## Task statement
Please repeat the records exactly from their first line, finishing at the line containing "#6=IFCSIUNIT(*,.LENGTHUNIT.,$,.METRE.);" and including it.
________
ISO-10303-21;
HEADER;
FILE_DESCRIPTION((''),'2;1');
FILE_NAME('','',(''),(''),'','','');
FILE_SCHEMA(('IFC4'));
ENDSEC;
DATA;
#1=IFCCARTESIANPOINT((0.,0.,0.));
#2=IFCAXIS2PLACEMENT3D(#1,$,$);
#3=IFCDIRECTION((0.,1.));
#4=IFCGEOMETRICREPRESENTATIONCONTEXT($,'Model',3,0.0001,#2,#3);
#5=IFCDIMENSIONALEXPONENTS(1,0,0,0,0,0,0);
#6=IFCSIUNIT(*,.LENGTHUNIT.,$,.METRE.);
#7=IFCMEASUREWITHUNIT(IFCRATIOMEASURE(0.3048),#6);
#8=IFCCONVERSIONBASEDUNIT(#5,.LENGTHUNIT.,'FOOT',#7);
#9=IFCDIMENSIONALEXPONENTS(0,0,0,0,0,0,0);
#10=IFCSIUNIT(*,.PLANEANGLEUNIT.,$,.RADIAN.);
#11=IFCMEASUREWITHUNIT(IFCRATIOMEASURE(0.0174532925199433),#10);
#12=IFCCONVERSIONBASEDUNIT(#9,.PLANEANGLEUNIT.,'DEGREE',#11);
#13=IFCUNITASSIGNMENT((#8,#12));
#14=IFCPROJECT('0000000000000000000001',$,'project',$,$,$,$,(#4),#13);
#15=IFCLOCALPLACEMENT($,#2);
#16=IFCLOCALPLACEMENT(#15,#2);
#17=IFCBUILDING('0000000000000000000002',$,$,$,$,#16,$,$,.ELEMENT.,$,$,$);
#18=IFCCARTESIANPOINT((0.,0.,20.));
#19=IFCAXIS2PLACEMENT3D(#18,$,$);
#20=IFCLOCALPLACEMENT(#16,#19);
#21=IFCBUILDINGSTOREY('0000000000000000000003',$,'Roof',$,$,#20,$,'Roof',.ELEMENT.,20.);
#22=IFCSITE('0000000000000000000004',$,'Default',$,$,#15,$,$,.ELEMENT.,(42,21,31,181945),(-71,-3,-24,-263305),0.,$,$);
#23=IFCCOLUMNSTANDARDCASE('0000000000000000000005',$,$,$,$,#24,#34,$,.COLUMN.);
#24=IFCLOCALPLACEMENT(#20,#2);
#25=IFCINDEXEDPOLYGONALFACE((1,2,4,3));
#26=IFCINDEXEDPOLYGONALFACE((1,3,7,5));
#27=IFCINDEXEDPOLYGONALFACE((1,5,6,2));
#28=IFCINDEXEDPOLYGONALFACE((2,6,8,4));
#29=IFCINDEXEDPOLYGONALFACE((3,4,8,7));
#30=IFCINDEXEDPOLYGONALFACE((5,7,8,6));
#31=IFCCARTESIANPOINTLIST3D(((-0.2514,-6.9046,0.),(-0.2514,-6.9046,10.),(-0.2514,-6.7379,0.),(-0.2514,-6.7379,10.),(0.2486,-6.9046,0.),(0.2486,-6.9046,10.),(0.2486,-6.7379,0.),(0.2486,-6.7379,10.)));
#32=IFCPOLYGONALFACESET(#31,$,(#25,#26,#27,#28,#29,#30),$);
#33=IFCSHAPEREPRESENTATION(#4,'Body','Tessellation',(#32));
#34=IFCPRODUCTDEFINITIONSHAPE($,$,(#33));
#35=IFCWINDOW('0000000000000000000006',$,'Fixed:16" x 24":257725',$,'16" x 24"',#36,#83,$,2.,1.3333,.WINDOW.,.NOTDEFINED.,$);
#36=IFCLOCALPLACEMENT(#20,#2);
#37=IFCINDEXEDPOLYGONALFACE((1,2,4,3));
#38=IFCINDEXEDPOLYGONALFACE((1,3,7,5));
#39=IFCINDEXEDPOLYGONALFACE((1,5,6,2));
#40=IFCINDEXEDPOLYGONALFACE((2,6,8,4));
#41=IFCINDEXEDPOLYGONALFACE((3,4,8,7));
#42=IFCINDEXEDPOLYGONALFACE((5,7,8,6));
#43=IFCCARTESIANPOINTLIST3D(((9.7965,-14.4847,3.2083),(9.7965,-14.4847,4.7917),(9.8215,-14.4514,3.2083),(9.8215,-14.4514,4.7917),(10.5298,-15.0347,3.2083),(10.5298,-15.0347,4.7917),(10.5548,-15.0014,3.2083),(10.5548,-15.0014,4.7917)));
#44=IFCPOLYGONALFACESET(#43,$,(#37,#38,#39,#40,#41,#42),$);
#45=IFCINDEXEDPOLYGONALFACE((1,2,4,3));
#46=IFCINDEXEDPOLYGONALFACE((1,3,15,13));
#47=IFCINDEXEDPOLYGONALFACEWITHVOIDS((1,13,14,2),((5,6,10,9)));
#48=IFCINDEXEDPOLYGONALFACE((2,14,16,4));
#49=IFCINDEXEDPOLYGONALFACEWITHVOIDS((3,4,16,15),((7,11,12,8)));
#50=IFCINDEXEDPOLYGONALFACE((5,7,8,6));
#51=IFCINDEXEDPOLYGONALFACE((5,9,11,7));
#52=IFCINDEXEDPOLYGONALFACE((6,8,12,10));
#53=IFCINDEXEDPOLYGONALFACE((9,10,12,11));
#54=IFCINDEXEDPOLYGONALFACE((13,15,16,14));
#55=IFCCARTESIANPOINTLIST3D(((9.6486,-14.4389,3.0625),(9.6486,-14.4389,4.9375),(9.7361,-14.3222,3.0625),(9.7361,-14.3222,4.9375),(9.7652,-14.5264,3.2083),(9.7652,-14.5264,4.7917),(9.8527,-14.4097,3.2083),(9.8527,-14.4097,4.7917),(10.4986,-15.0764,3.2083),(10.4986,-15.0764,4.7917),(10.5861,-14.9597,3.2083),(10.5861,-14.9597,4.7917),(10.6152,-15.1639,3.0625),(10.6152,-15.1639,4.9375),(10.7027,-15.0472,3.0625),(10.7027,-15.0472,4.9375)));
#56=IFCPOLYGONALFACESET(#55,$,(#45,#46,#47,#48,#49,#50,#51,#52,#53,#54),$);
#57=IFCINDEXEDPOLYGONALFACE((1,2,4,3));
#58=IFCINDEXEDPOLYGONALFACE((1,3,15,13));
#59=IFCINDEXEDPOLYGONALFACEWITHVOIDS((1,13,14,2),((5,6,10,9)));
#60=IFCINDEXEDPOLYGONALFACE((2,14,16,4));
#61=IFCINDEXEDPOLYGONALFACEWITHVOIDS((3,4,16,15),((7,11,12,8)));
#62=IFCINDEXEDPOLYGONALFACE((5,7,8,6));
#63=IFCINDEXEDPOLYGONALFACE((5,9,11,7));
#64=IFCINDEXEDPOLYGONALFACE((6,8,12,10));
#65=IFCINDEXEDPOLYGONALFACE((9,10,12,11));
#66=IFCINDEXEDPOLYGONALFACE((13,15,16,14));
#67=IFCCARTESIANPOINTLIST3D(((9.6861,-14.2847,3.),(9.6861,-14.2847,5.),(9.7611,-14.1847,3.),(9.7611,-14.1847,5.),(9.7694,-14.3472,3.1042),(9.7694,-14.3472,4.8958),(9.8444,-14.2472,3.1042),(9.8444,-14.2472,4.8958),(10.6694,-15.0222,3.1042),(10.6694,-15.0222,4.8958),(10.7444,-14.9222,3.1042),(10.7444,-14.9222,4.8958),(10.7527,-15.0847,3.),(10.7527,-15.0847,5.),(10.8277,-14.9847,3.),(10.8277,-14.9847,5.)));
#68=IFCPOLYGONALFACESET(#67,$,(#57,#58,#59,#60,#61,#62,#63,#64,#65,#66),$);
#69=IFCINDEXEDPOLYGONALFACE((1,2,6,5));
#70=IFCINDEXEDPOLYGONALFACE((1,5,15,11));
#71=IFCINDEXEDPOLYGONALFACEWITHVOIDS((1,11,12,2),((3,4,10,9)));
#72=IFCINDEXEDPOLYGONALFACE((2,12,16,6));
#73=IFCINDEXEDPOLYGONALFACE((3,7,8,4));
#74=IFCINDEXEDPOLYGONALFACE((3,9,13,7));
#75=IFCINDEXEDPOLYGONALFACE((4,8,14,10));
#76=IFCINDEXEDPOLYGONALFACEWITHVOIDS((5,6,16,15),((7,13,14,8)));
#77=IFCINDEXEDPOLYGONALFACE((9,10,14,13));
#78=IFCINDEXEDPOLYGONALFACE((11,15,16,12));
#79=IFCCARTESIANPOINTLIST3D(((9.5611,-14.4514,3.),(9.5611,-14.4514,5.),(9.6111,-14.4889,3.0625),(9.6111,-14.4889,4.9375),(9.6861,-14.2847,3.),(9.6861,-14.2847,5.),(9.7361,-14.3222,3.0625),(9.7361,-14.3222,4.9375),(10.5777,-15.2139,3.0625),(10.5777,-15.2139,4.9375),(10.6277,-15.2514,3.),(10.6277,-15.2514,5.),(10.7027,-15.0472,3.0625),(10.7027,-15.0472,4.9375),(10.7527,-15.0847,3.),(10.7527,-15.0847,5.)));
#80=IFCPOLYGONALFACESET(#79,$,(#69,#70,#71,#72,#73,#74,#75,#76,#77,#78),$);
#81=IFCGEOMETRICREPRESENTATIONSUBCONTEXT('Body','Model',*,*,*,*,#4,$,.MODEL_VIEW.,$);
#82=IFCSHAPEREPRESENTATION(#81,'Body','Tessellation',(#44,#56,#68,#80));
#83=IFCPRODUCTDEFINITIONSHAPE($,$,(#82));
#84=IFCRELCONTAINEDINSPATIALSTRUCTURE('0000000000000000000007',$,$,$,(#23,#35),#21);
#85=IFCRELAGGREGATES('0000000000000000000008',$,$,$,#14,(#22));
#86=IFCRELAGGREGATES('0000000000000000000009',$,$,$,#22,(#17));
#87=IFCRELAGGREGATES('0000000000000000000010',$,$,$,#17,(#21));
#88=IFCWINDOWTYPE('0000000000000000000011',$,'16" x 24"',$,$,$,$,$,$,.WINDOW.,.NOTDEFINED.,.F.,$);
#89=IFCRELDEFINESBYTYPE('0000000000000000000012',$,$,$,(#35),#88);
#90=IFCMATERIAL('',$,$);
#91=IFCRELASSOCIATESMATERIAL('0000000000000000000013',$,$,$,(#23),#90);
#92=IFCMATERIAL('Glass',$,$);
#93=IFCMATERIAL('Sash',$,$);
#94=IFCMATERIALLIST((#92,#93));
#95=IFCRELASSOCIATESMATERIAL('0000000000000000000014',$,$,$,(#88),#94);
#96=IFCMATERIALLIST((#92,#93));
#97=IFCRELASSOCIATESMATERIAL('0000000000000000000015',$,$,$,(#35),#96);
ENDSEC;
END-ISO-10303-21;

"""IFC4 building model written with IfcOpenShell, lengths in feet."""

from ifc_helpers import new_model, entity, si_unit, converted_unit, direction, frame, origin, origin_2d_with_axis, place, context, subcontext, project, spatial, polyline, rectangle, outline, extrude, source, transform, mapped, material, material_list, type_object, type_shapes, element, save


model = new_model("IFC4")

# Units and contexts
model_context = context("Model", 3, precision=0.0001, world=origin(), true_north=direction((0.0, 1.0)))
body_context = subcontext(model_context, "Body", "Model", "MODEL_VIEW")
ifc_project = project(units=[converted_unit("LENGTHUNIT", "FOOT", entity("IfcRatioMeasure", 0.3048), si_unit("LENGTHUNIT", "METRE"), dimensions=[1, 0, 0, 0, 0, 0, 0]), converted_unit("PLANEANGLEUNIT", "DEGREE", entity("IfcRatioMeasure", 0.0174532925199433), si_unit("PLANEANGLEUNIT", "RADIAN"), dimensions=[0, 0, 0, 0, 0, 0, 0])], contexts=[model_context])

# Site, building, storey
site_placement = place(None, origin())
site = spatial("IfcSite", under=ifc_project, at=site_placement, Name="Default", CompositionType="ELEMENT", RefLatitude=(42, 21, 31, 181945), RefLongitude=(-71, -3, -24, -263305), RefElevation=0.0)
building_placement = place(site_placement, origin())
building = spatial("IfcBuilding", under=site, at=building_placement, CompositionType="ELEMENT")
storey_placement = place(building_placement, frame((0.0, 0.0, 20.0)))
storey = spatial("IfcBuildingStorey", under=building, at=storey_placement, Name="Roof", LongName="Roof", CompositionType="ELEMENT", Elevation=20.0)

# Column
ifc_material_1 = material(Name="")
placement_1 = place(storey_placement, frame((-0.0014, -6.9045, 0.0), z_axis=(0.0, 0.0, 1.0), x_axis=(0.0, 1.0, 0.0)))
for number, where, z_axis, x_axis in (
    (1, (0.0833, 0.0, 0.0), (0.0, 0.0, 1.0), (1.0, 0.0, 0.0)),
):
    element("IfcColumnStandardCase", number, at=place(placement_1, frame(where, z_axis=z_axis, x_axis=x_axis)), inside=storey, material=ifc_material_1, PredefinedType="COLUMN", context=model_context, shape_type="SweptSolid", body=[
        extrude(rectangle(XDim=0.1667, YDim=0.5), origin(), (0.0, 0.0, 1.0), 10.0),
    ])

# Window
ifc_material_2 = material(Name="Glass")
ifc_material_3 = material(Name="Sash")
ifc_material_list_1 = material_list([ifc_material_2, ifc_material_3])
ifc_material_list_2 = material_list([ifc_material_2, ifc_material_3])
window_type = type_object("IfcWindowType", Name="16\" x 24\"", ParameterTakesPrecedence=False, PartitioningType="NOTDEFINED", PredefinedType="WINDOW", material=ifc_material_list_2)
shared_shape = source(origin(), body_context, "Body", "SweptSolid", [
    extrude(rectangle(XDim=0.0417, YDim=0.9167, at=origin_2d_with_axis()), frame((0.6667, 0.1979, 0.2083), z_axis=(0.0, 0.0, 1.0), x_axis=(0.0, 1.0, 0.0)), (0.0, 0.0, 1.0), 1.5833),
    extrude(outline(polyline([(-0.6042, -0.9375), (0.6042, -0.9375), (0.6042, 0.9375), (-0.6042, 0.9375), (-0.6042, -0.9375)]), holes=[polyline([(-0.4583, -0.7917), (-0.4583, 0.7917), (0.4583, 0.7917), (0.4583, -0.7917), (-0.4583, -0.7917)])]), frame((0.6667, 0.125, 1.0), z_axis=(0.0, 1.0, 0.0), x_axis=(1.0, 0.0, 0.0)), (0.0, 0.0, 1.0), 0.1458),
    extrude(outline(polyline([(-0.6667, -1.0), (0.6667, -1.0), (0.6667, 1.0), (-0.6667, 1.0), (-0.6667, -1.0)]), holes=[polyline([(-0.5625, -0.8958), (-0.5625, 0.8958), (0.5625, 0.8958), (0.5625, -0.8958), (-0.5625, -0.8958)])]), frame((0.6667, 0.0, 1.0), z_axis=(0.0, 1.0, 0.0), x_axis=(1.0, 0.0, 0.0)), (0.0, 0.0, 1.0), 0.125),
    extrude(outline(polyline([(-1.0, -0.6667), (1.0, -0.6667), (1.0, 0.6667), (-1.0, 0.6667), (-1.0, -0.6667)]), holes=[polyline([(-0.9375, -0.6042), (-0.9375, 0.6042), (0.9375, 0.6042), (0.9375, -0.6042), (-0.9375, -0.6042)])]), frame((0.6667, 0.125, 1.0), z_axis=(0.0, 1.0, 0.0), x_axis=(0.0, 0.0, -1.0)), (0.0, 0.0, 1.0), 0.2083),
])
type_shapes(window_type, [shared_shape])
placement_2 = place(storey_placement, frame((47.9059, -43.0017, 0.0), z_axis=(0.0, 0.0, 1.0), x_axis=(-0.8, 0.6, 0.0)))
placement_3 = place(placement_2, frame((46.4728, -0.1667, 3.0)))
window_placement = place(placement_3, origin())
element("IfcWindow", 2, at=window_placement, inside=storey, type_object=window_type, material=ifc_material_list_1, Name="Fixed:16\" x 24\":257725", ObjectType="16\" x 24\"", OverallHeight=2.0, OverallWidth=1.3333, PartitioningType="NOTDEFINED", PredefinedType="WINDOW", context=body_context, shape_type="MappedRepresentation", body=[
    mapped(shared_shape, transform((0.0, 0.0, 0.0), scale=1.0)),
])

save(model, "model.ifc")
________
## Result of this task
ISO-10303-21;
HEADER;
FILE_DESCRIPTION((''),'2;1');
FILE_NAME('','',(''),(''),'','','');
FILE_SCHEMA(('IFC4'));
ENDSEC;
DATA;
#1=IFCCARTESIANPOINT((0.,0.,0.));
#2=IFCAXIS2PLACEMENT3D(#1,$,$);
#3=IFCDIRECTION((0.,1.));
#4=IFCGEOMETRICREPRESENTATIONCONTEXT($,'Model',3,0.0001,#2,#3);
#5=IFCDIMENSIONALEXPONENTS(1,0,0,0,0,0,0);
#6=IFCSIUNIT(*,.LENGTHUNIT.,$,.METRE.);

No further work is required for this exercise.